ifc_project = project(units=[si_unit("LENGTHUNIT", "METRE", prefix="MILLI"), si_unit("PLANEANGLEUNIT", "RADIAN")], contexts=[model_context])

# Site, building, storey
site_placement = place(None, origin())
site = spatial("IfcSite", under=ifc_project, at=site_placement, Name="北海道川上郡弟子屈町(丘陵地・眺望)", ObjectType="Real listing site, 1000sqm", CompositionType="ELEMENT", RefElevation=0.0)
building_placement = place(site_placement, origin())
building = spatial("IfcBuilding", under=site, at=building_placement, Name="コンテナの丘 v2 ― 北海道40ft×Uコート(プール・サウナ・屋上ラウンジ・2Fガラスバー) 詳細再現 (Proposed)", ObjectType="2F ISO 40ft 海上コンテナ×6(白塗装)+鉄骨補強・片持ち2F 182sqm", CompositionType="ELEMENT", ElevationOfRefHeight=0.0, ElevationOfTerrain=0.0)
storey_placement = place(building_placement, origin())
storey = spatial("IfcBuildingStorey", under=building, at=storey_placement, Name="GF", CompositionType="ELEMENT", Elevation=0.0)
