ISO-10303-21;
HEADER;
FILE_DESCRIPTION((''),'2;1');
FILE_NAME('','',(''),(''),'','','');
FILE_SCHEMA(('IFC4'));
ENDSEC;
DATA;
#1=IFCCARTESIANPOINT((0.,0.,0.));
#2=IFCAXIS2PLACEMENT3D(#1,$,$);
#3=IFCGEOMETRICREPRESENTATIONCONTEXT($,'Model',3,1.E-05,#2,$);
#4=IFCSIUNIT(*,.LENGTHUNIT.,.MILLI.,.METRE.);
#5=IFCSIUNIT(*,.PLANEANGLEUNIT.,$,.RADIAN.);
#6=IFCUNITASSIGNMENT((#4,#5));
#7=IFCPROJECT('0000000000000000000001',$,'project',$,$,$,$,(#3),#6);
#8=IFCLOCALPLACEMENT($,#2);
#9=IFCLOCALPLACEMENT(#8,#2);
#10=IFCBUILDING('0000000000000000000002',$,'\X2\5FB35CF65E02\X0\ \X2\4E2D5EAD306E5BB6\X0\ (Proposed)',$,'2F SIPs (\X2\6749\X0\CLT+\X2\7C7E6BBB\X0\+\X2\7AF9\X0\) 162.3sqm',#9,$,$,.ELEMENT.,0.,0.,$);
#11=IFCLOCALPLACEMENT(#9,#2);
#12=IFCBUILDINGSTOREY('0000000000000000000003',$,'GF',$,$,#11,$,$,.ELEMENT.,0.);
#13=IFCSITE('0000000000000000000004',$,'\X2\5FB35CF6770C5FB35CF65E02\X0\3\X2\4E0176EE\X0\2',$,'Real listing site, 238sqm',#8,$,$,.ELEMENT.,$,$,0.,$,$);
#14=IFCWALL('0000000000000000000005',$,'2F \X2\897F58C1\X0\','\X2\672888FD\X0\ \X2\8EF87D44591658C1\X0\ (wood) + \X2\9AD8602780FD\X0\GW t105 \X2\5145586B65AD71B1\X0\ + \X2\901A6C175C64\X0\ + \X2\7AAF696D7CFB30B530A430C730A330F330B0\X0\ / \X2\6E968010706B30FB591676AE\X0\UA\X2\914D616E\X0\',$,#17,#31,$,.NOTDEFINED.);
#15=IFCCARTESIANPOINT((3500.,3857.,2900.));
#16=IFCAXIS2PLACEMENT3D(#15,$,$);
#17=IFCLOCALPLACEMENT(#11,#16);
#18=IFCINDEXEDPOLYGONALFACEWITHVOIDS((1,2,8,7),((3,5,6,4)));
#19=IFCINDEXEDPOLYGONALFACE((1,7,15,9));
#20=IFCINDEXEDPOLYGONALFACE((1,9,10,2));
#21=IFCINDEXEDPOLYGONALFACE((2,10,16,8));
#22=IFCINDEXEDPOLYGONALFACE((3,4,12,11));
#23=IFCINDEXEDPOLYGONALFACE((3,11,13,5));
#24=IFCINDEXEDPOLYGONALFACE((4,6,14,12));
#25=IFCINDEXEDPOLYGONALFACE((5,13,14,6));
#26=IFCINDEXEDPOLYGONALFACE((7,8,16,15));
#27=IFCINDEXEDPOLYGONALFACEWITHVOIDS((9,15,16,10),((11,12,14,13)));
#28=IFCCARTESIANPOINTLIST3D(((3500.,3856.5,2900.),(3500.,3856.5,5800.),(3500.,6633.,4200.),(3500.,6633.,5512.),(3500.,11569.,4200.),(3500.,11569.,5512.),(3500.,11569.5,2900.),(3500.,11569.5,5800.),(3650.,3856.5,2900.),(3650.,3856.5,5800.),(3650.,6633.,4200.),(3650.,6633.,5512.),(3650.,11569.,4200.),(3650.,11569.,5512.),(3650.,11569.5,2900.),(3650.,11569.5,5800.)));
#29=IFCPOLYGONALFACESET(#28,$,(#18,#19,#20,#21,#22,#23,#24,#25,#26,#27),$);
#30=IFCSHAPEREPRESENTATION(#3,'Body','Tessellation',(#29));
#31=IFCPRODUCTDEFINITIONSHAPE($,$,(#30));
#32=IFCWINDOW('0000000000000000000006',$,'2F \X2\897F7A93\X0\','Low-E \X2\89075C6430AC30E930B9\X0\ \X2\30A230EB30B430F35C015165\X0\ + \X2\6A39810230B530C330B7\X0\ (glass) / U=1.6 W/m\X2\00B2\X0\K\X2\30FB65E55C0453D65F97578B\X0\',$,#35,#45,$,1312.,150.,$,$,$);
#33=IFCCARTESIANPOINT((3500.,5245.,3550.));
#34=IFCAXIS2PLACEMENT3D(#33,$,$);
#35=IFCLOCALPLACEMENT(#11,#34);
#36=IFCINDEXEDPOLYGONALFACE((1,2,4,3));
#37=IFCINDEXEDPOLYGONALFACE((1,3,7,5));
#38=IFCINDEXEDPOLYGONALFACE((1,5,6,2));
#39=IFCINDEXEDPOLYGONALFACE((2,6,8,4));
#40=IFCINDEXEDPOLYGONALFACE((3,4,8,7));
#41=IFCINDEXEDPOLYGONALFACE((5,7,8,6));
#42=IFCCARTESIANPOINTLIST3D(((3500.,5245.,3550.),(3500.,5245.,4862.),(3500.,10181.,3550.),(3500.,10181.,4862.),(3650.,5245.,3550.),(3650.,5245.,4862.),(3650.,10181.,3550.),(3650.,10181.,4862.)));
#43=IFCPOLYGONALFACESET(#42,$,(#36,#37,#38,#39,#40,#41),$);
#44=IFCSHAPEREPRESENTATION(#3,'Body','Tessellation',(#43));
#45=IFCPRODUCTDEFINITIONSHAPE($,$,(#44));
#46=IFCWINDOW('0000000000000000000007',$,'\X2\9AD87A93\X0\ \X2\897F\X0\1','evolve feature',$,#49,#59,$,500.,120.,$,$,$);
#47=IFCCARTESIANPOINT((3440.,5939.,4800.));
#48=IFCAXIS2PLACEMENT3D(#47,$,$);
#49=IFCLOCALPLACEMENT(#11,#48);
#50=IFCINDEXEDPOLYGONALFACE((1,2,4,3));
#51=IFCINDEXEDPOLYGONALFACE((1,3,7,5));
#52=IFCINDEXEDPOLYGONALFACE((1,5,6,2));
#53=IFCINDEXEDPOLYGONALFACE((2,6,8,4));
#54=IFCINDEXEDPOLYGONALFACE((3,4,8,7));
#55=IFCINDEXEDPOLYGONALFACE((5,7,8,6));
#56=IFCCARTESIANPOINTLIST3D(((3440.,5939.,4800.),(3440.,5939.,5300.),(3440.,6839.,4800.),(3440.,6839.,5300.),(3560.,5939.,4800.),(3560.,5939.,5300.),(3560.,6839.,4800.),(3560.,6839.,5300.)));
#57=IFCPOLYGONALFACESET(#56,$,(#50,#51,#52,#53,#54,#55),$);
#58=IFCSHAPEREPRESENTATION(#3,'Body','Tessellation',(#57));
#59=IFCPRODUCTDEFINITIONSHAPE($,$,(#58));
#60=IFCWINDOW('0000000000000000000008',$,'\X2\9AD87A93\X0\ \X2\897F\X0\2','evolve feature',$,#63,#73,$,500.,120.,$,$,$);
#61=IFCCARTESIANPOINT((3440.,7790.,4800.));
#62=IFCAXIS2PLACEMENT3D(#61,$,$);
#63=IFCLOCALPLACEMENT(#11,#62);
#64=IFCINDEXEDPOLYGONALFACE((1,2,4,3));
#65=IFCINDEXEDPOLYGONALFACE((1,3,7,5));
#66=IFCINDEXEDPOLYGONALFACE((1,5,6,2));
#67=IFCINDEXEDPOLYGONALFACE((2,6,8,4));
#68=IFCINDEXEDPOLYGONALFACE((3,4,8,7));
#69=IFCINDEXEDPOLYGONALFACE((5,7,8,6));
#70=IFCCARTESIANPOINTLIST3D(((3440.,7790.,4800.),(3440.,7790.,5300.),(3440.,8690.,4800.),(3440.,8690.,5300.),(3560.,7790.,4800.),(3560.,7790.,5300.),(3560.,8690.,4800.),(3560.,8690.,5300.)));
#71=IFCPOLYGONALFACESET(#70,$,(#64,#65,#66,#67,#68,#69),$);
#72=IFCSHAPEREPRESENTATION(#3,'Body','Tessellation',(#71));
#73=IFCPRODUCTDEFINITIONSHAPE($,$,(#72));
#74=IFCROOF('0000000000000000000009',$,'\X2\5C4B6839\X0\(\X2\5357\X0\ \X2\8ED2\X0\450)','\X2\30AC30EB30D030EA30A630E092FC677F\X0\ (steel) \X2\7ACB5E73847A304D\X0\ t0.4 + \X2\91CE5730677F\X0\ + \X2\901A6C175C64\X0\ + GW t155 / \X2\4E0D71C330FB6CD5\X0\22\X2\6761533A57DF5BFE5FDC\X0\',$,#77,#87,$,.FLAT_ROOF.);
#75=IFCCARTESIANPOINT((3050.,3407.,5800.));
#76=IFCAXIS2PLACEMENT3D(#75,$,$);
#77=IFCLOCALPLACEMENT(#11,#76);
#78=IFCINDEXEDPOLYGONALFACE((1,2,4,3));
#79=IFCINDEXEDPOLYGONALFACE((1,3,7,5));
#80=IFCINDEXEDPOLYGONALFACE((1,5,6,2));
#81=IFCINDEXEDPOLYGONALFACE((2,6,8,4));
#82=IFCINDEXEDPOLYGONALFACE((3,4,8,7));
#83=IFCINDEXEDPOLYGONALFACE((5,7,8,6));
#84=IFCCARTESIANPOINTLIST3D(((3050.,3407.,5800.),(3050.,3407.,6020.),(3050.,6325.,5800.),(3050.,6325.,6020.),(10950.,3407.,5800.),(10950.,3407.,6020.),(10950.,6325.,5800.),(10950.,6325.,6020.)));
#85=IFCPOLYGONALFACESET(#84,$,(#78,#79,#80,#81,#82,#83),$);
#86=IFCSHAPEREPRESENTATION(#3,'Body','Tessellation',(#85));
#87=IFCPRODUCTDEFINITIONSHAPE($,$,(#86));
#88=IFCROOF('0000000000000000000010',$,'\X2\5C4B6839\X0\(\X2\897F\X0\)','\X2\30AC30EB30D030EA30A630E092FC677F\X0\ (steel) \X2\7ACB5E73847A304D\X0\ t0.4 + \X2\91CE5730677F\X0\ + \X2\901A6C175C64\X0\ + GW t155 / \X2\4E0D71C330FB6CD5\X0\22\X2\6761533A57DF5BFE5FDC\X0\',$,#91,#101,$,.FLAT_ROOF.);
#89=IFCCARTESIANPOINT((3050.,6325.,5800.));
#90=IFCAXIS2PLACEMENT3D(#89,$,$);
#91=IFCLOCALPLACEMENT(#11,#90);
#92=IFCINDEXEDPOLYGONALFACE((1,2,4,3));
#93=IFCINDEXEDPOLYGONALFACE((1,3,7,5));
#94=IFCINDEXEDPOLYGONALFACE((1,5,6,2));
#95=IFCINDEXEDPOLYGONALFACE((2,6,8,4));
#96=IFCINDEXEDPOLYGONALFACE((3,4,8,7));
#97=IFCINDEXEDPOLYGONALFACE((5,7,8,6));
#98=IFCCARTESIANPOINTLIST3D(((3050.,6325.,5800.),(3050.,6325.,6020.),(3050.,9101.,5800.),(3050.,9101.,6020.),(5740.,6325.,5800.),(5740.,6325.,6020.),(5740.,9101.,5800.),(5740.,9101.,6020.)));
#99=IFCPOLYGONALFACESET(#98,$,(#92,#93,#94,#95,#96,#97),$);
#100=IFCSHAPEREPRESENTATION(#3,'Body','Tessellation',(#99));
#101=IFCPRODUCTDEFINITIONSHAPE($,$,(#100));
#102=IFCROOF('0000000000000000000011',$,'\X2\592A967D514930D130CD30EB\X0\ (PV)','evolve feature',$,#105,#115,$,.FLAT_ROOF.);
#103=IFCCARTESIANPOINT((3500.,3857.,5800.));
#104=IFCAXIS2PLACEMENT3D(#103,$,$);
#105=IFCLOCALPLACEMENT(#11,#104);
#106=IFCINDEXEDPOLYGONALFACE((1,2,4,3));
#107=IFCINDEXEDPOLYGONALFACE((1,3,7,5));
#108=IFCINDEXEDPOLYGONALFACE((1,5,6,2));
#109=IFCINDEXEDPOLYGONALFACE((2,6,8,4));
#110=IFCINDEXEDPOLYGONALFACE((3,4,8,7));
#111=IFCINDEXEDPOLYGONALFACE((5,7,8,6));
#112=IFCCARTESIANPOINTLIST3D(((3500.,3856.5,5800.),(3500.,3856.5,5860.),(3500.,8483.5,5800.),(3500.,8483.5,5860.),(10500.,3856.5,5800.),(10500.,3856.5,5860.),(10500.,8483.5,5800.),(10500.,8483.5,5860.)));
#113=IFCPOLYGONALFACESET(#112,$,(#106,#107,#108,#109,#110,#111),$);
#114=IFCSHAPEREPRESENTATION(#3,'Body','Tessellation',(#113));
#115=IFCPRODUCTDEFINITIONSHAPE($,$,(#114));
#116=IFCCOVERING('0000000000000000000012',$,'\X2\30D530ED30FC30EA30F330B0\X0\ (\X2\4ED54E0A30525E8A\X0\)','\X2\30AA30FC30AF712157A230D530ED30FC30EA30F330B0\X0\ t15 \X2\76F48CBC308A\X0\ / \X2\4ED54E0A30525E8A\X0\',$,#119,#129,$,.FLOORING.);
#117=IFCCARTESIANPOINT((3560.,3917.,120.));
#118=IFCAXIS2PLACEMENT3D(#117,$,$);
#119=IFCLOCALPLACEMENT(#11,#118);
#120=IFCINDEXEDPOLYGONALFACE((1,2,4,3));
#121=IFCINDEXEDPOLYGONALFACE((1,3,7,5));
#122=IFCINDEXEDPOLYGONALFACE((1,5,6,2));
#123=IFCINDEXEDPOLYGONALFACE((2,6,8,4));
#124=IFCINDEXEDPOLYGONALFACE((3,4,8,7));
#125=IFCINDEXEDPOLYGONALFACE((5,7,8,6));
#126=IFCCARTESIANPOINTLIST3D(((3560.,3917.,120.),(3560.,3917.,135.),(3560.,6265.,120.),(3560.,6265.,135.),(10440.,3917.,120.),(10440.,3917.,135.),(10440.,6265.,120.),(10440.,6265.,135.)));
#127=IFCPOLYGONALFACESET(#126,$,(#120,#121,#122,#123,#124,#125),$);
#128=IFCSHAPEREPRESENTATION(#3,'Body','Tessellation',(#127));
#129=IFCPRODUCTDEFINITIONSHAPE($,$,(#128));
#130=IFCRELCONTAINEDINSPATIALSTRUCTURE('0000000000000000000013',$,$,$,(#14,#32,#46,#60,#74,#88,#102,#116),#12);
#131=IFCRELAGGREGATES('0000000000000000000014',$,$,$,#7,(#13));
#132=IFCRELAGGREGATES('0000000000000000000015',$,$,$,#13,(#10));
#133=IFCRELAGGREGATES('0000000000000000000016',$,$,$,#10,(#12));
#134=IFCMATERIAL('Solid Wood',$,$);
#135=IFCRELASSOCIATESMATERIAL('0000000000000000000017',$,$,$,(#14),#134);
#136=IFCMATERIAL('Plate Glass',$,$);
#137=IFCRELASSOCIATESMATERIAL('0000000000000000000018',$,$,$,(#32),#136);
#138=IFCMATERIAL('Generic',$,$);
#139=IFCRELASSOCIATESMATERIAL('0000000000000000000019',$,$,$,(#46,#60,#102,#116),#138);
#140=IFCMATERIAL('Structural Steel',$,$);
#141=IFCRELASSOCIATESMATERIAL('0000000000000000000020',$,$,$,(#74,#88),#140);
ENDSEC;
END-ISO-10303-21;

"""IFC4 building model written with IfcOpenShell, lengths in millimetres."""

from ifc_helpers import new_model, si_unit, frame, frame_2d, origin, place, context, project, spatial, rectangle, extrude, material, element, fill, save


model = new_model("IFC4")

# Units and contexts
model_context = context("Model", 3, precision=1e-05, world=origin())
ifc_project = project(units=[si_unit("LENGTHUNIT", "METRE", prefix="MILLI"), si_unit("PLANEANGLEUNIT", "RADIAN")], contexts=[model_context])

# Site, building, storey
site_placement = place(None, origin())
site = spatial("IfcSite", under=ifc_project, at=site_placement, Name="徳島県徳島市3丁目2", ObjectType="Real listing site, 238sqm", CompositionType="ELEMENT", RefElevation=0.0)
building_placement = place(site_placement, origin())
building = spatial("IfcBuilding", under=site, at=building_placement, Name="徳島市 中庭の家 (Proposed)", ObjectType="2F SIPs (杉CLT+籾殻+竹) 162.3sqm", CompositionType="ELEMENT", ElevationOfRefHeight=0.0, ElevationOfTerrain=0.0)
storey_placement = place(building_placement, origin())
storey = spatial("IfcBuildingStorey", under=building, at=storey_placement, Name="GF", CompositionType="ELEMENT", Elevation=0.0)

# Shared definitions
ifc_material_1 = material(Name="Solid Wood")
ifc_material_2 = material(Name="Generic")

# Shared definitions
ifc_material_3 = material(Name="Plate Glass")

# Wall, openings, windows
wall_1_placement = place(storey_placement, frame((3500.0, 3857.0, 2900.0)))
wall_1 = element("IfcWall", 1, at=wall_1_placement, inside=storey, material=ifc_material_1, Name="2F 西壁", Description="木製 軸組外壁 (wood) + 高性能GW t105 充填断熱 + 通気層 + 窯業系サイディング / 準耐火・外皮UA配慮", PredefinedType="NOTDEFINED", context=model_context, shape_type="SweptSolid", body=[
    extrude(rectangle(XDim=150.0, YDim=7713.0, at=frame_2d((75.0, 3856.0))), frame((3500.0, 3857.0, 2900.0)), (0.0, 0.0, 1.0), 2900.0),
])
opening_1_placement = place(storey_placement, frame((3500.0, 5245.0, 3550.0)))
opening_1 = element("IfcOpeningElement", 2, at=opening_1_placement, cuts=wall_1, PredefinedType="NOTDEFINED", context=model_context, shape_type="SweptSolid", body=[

⁂

» EXERCISE
Look through the material and find each line that includes "evolve", then copy it.

» RESPONSE AREA
#46=IFCWINDOW('0000000000000000000007',$,'\X2\9AD87A93\X0\ \X2\897F\X0\1','evolve feature',$,#49,#59,$,500.,120.,$,$,$);
#60=IFCWINDOW('0000000000000000000008',$,'\X2\9AD87A93\X0\ \X2\897F\X0\2','evolve feature',$,#63,#73,$,500.,120.,$,$,$);
#102=IFCROOF('0000000000000000000011',$,'\X2\592A967D514930D130CD30EB\X0\ (PV)','evolve feature',$,#105,#115,$,.FLAT_ROOF.);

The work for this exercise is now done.